Stored data:
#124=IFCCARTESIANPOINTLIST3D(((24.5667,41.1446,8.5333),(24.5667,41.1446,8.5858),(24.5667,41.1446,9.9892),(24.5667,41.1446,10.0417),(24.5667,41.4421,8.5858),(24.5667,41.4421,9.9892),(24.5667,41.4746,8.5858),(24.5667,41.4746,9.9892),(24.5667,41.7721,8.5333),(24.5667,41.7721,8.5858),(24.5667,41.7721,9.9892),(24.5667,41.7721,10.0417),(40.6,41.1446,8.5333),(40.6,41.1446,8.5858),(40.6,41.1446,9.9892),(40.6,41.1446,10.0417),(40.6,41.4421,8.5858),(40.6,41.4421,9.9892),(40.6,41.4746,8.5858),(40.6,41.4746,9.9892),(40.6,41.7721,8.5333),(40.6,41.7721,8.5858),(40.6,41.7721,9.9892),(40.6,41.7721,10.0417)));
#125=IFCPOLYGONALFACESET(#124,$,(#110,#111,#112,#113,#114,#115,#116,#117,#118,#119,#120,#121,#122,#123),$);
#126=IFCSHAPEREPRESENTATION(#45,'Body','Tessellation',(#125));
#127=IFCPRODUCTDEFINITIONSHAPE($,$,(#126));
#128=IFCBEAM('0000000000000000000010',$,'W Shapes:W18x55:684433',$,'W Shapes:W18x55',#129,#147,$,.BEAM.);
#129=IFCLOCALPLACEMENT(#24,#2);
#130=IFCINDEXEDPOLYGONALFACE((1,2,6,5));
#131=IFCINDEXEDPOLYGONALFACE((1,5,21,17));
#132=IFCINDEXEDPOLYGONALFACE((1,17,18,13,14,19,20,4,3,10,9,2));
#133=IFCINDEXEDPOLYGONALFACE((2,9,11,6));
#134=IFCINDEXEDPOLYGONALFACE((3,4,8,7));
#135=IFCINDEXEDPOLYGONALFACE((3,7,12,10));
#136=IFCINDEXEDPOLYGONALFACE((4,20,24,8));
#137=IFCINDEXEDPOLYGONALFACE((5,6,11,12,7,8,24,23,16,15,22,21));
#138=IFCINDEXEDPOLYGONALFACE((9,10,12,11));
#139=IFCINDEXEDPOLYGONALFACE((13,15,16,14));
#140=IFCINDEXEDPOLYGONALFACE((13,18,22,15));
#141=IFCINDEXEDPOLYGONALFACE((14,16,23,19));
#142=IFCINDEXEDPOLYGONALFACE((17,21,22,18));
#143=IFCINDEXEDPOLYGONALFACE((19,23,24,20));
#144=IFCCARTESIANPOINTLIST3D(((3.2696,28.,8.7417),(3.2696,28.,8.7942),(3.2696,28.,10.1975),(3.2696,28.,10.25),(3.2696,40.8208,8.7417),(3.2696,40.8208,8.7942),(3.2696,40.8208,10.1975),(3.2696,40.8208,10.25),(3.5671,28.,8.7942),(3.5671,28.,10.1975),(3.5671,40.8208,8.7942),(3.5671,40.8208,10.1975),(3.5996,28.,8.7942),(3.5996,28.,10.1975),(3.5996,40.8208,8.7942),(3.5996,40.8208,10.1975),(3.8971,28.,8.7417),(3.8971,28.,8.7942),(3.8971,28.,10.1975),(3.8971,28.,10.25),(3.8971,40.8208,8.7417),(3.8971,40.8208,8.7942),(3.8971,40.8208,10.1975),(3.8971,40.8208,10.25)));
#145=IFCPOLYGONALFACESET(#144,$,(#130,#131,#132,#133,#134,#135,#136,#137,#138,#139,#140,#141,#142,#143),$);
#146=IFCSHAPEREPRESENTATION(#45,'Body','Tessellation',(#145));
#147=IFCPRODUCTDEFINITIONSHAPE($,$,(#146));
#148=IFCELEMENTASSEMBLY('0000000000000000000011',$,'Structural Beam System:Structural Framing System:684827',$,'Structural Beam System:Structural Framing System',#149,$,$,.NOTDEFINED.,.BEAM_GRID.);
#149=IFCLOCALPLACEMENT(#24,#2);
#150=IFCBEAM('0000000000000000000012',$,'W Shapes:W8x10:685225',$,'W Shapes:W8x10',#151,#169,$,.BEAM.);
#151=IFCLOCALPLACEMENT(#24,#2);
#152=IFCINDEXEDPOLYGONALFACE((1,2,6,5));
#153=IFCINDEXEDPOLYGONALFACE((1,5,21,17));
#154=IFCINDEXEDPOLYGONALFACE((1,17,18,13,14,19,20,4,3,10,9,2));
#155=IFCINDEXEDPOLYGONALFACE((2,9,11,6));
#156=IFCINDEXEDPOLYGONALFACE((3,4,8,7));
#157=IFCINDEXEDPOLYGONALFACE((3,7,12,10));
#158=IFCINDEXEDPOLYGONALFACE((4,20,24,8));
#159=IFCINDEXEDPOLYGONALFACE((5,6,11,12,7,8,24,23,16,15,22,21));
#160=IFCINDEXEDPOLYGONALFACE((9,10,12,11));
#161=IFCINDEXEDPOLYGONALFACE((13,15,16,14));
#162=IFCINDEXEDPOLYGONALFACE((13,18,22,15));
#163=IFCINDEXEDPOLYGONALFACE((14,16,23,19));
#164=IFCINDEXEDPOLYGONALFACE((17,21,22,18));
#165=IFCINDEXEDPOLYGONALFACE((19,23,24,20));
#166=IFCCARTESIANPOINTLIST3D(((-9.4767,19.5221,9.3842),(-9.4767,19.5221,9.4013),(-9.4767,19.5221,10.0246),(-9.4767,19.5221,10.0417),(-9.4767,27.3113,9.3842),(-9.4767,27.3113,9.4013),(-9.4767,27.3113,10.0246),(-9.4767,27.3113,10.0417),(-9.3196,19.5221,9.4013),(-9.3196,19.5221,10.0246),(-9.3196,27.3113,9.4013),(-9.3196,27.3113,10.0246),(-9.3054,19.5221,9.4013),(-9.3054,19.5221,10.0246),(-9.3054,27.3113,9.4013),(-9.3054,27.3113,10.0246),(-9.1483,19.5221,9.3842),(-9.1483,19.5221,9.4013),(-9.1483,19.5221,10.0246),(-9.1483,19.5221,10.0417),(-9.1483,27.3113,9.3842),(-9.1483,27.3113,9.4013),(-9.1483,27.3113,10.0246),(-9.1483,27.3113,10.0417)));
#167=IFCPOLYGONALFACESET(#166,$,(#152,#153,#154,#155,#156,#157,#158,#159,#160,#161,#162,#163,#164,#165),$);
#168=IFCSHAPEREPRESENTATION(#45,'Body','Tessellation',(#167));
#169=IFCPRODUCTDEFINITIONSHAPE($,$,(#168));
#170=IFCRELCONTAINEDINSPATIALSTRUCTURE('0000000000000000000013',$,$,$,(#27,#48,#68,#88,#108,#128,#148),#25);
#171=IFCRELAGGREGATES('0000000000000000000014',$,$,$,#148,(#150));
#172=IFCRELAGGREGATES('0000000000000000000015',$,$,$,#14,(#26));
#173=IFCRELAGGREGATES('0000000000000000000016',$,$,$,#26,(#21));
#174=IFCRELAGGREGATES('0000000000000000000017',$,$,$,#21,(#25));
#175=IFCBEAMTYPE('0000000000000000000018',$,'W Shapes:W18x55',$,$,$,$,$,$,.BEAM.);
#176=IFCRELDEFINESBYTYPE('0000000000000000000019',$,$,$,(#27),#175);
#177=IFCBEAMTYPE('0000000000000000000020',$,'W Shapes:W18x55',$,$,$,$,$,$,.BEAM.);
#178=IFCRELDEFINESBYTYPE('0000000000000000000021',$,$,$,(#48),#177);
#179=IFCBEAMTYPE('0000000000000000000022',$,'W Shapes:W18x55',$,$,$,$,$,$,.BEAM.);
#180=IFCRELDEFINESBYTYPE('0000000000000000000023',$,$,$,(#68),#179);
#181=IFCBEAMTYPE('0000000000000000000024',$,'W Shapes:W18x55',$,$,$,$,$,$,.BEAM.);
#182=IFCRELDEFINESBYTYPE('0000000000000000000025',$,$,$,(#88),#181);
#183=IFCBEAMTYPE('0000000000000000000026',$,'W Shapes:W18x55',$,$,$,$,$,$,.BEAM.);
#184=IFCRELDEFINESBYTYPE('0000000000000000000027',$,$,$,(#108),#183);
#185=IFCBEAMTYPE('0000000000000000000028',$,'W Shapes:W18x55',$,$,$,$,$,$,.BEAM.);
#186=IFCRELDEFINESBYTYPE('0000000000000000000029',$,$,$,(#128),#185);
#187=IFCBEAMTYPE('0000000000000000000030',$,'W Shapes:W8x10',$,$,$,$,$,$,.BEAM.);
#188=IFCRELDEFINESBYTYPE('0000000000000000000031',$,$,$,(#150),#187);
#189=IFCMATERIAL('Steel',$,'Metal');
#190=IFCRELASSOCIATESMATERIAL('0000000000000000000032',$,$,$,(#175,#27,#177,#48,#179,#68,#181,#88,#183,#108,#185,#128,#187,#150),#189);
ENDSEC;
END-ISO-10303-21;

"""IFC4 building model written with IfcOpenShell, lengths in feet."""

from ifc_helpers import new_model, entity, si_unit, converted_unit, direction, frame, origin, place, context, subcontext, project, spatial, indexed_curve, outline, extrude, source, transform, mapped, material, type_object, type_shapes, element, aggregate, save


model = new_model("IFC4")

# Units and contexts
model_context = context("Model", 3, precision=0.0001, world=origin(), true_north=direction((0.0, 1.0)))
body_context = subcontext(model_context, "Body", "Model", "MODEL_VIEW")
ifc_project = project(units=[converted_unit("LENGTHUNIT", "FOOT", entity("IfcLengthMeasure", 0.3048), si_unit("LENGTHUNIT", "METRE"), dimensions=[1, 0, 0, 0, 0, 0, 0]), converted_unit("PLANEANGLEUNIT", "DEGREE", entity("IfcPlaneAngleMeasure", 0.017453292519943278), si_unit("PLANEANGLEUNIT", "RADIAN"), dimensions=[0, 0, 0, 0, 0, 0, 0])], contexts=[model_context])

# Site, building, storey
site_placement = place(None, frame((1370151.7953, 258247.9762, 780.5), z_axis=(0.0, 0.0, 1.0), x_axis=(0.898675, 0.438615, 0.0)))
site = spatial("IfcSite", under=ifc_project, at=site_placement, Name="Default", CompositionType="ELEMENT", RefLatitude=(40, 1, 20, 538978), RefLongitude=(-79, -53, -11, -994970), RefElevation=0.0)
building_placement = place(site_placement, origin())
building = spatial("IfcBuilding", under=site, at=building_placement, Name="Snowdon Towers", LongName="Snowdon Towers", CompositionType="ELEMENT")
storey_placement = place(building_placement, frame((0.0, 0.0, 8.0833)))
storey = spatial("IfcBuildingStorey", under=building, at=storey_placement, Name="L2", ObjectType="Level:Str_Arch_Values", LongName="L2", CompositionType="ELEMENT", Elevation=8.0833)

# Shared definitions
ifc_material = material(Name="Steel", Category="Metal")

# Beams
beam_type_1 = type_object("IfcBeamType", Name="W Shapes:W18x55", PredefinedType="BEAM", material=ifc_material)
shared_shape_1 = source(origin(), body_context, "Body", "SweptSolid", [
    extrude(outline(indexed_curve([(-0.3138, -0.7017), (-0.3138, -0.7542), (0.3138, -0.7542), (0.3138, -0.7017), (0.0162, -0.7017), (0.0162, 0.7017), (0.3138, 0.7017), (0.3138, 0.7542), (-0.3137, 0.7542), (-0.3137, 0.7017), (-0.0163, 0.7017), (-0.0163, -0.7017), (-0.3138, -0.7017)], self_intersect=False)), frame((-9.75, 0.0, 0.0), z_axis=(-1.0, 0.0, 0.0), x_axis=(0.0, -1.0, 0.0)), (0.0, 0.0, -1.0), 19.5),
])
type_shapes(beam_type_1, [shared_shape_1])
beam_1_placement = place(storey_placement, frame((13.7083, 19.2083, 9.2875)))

● **The task**:
Working from the data above, extract solely the lines from the one containing "#159=IFCINDEXEDPOLYGONALFACE((5,6,11,12,7,8,24,23,16,15,22,21));" through the one containing "#165=IFCINDEXEDPOLYGONALFACE((19,23,24,20));", exactly as they appear, both included.

● **Task output**:
#159=IFCINDEXEDPOLYGONALFACE((5,6,11,12,7,8,24,23,16,15,22,21));
#160=IFCINDEXEDPOLYGONALFACE((9,10,12,11));
#161=IFCINDEXEDPOLYGONALFACE((13,15,16,14));
#162=IFCINDEXEDPOLYGONALFACE((13,18,22,15));
#163=IFCINDEXEDPOLYGONALFACE((14,16,23,19));
#164=IFCINDEXEDPOLYGONALFACE((17,21,22,18));
#165=IFCINDEXEDPOLYGONALFACE((19,23,24,20));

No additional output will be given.